By Mehrdad Khonsari
[Mehrdad Khonsari, a former Iranian diplomat, is a senior consultant at the Iranian Centre for Policy Studies (ICPS). He submitted the following piece to Kayhan Life.]
The war in Ukraine has overshadowed the fact that, for the past several months, there has been an unrelenting series of public protests in the streets of numerous towns and cities throughout Iran.
These latest protests were initially sparked when access to drinking water and electricity became a serious issue during last summer’s hottest months. Since then, the situation has become exacerbated by a series of strikes led by teachers and the bus drivers’ union, and most recently by desperate people unable to feed their families because of rising food prices — especially a threefold increase in the price of bread — as well as runaway inflation and sky-high unemployment.
Incapable of addressing any of these problems, the Iranian authorities’ only response has been to firmly suppress defenseless people, leaving many dead and hundreds wounded or imprisoned.
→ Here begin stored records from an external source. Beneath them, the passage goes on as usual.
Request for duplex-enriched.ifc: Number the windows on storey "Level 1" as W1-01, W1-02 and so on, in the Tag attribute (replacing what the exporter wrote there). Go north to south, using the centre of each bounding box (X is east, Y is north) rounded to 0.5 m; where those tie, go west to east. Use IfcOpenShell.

First a look at what the model holds.

```python
import ifcopenshell
import ifcopenshell.util.element
import ifcopenshell.util.placement

model = ifcopenshell.open("duplex-enriched.ifc")
print(model.schema)
storey = next(s for s in model.by_type("IfcBuildingStorey") if s.Name == "Level 1")
windows = [e for e in ifcopenshell.util.element.get_decomposition(storey) if e.is_a("IfcWindow")]
for e in sorted(windows, key=lambda e: e.id()):
    origin = ifcopenshell.util.placement.get_local_placement(e.ObjectPlacement)[:3, 3]
    print(e.id(), e.Tag, e.Name, origin.round(2) + 0.0, sep=" | ")
```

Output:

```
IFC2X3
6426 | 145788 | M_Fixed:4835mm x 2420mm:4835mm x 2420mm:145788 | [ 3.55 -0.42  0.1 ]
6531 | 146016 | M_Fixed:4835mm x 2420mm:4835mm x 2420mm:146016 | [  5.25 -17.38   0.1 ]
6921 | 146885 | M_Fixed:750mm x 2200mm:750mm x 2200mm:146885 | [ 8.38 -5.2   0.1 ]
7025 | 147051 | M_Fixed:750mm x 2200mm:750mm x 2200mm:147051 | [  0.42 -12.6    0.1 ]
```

```python
import ifcopenshell
import ifcopenshell.geom
import ifcopenshell.util.element
import ifcopenshell.util.shape

model = ifcopenshell.open("duplex-enriched.ifc")
settings = ifcopenshell.geom.settings()
settings.set("use-world-coords", True)


def centre(element):
    shape = ifcopenshell.geom.create_shape(settings, element)
    return ifcopenshell.util.shape.get_bbox_centroid(shape.geometry)


storey = next(s for s in model.by_type("IfcBuildingStorey") if s.Name == "Level 1")
windows = [e for e in ifcopenshell.util.element.get_decomposition(storey) if e.is_a("IfcWindow")]

# Insertion points can sit at a corner or the storey origin, so sort by the geometry (in metres).
centres = {e: centre(e) for e in windows}
windows.sort(key=lambda e: (-round(centres[e][1] / 0.5), centres[e][0]))

for i, e in enumerate(windows, start=1):
    number = f"W1-{i:02d}"
    e.Tag = number
    print(e.id(), number)

model.write("duplex-enriched_rev.ifc")
```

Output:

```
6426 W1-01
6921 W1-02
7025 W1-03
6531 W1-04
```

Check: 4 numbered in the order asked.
It is no wonder that the traumatic experiences of the past four decades have left people looking in every direction to free themselves from the grips of a corrupt and incompetent dictatorship that has shattered their lives and deprived them of any hope for a better future.
Although the success of Ayatollah Ruhollah Khomeini’s populist revolution might still be a source of inspiration for many radical and Jihadi Moslems around the globe, it is nonetheless a fact that for most Iranians the experiences of the past four decades have proven to be something quite different.
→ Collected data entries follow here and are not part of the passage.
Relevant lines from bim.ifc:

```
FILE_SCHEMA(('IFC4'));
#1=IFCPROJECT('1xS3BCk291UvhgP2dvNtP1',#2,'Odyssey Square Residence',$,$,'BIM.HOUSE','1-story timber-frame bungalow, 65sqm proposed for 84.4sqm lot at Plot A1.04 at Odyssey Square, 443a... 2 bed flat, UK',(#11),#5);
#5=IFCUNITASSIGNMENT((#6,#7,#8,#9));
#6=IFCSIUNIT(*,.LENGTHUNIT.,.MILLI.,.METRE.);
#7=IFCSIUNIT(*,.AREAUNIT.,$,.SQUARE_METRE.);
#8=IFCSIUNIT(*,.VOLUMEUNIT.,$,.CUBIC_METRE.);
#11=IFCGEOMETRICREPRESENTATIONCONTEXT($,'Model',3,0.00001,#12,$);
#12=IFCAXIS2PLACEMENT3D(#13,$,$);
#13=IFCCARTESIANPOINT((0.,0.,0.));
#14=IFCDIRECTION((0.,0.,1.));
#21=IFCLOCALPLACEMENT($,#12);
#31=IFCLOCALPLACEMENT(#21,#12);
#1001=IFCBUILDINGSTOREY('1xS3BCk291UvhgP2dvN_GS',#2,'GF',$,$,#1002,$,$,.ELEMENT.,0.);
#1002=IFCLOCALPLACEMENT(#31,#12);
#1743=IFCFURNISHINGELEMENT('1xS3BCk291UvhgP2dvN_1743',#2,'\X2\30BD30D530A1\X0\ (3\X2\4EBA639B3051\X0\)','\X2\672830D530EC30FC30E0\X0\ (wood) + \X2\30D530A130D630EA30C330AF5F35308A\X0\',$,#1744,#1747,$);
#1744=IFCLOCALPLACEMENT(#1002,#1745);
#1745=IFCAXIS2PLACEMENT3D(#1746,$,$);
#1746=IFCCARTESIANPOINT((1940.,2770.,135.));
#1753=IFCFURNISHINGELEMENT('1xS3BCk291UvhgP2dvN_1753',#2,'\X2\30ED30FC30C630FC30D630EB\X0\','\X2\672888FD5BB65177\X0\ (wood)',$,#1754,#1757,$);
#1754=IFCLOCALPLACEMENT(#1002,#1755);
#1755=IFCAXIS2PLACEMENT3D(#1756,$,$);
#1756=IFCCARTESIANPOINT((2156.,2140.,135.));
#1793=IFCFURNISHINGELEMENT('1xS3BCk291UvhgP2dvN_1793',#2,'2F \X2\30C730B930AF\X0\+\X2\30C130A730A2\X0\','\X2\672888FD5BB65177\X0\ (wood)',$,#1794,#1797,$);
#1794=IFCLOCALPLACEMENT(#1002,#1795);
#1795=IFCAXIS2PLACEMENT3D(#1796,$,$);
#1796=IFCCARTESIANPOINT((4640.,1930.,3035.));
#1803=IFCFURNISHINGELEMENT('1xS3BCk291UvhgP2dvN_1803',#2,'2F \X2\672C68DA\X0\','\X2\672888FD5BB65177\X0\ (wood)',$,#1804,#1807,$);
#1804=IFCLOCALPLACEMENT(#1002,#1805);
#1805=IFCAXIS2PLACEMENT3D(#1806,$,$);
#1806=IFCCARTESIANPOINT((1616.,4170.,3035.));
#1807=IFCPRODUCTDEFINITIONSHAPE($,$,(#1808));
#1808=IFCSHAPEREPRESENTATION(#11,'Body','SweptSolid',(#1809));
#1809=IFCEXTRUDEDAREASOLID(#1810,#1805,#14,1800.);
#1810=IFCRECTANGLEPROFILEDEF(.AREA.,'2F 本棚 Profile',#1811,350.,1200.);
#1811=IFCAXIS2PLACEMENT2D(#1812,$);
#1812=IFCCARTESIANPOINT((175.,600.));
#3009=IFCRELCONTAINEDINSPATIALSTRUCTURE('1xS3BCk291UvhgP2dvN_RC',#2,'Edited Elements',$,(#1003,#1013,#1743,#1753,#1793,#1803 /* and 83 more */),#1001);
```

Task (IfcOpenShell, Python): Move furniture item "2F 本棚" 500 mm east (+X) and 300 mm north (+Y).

```python
import ifcopenshell
import ifcopenshell.api.geometry
import ifcopenshell.util.placement
import ifcopenshell.util.unit

model = ifcopenshell.open("bim.ifc")
unit_scale = ifcopenshell.util.unit.calculate_unit_scale(model)

item = model.by_guid("1xS3BCk291UvhgP2dvN_1803")
matrix = ifcopenshell.util.placement.get_local_placement(item.ObjectPlacement)
matrix[0, 3] += 0.5 / unit_scale
matrix[1, 3] += 0.3 / unit_scale
ifcopenshell.api.geometry.edit_object_placement(model, product=item, matrix=matrix, is_si=False)

print(ifcopenshell.util.placement.get_local_placement(item.ObjectPlacement).round(3) + 0.0)

model.write("bim_rev.ifc")
```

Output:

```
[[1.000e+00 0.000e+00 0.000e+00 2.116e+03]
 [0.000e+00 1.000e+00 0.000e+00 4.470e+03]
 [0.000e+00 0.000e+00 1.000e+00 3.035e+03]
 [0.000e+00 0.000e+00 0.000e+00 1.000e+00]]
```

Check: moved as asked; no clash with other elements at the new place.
The first bad omen for what would lie ahead came with the adoption of a new national constitution that incorporated Khomeini’s own reactionary doctrine of ‘Guardianship of the Islamic Jurist,’ which flagrantly repudiates any notion of democratic rule based on popular sovereignty.
Over the years, poor governance, gross mismanagement of the economy, massive corruption, total disregard for human rights, and discrimination against women as well as ethnic and religious minorities, have gradually wiped out any semblance of public trust, thus throwing into question the legitimacy of the regime for millions of Iranians.
With the election in June 2021 of Ebrahim Raisi as President of the Islamic Republic of Iran, all three branches of government are for the first time in the hands of hard-line fundamentalists ideologically allied with the Supreme Leader Ayatollah Ali Khamenei, even though together they constitute no more than a small minority of Khomeini’s initial followers who came to power in 1979.
Nonetheless, as a constituency, they and their supporters, led by senior officers in the Revolutionary Guards, senior radical clerics, various revolutionary organizations and charities with a dominant position in the country’s economy — now increasingly referred to as the ‘Deep State’ — have retained sole control of all of the key levers of power and of decision making through the security apparatus and various coercive forces, including the media.
Allied with Russia and China, and hostile towards the democracies of the West, the Deep State has gradually cast aside every shade of opinion advocating transparency and reform. Senior political figures such as former Prime Minister Mir Hossein Moussavi, who has been under continued house arrest for more than a decade after contesting the falsified results of the 2009 presidential election, represent just the tip of an iceberg that stretches to many other senior leaders and their support base who, for reasons of safety and security, have been much more guarded in expressing opposition to the way the country is being mismanaged.
These developments are in line with the country’s deteriorating economic conditions, for which the Deep State is incapable of providing any long-term solutions — even if Iran’s rising issues with the International Atomic Energy Agency are resolved, and an agreement to revive the nuclear deal, or Joint Comprehensive Plan of Action (JCPOA). Coupled with Iran’s increasing estrangement from the West and its regional isolation, they provide a wakeup call for all mainstream forces to re-evaluate their strategies in order to pose a serious challenge to the Deep State.
With daily protests throughout the country, and a highly disgruntled public united in its disdain for the Deep State, the potential for peaceful change under the banner of ‘national reconciliation’ has never been greater.
By drawing lessons from other successful struggles, such as the peaceful transition in South Africa which replaced the racist Apartheid regime with a vibrant democracy, millions of democratically minded Iranians committed to the principle of popular sovereignty can now focus their attention solely against the Deep State with a single demand that can salvage their future and that of their nation: namely, a new democratic constitution free of all theocratic aberrations which respects the rights of all Iranians for equality, justice and peaceful co-existence.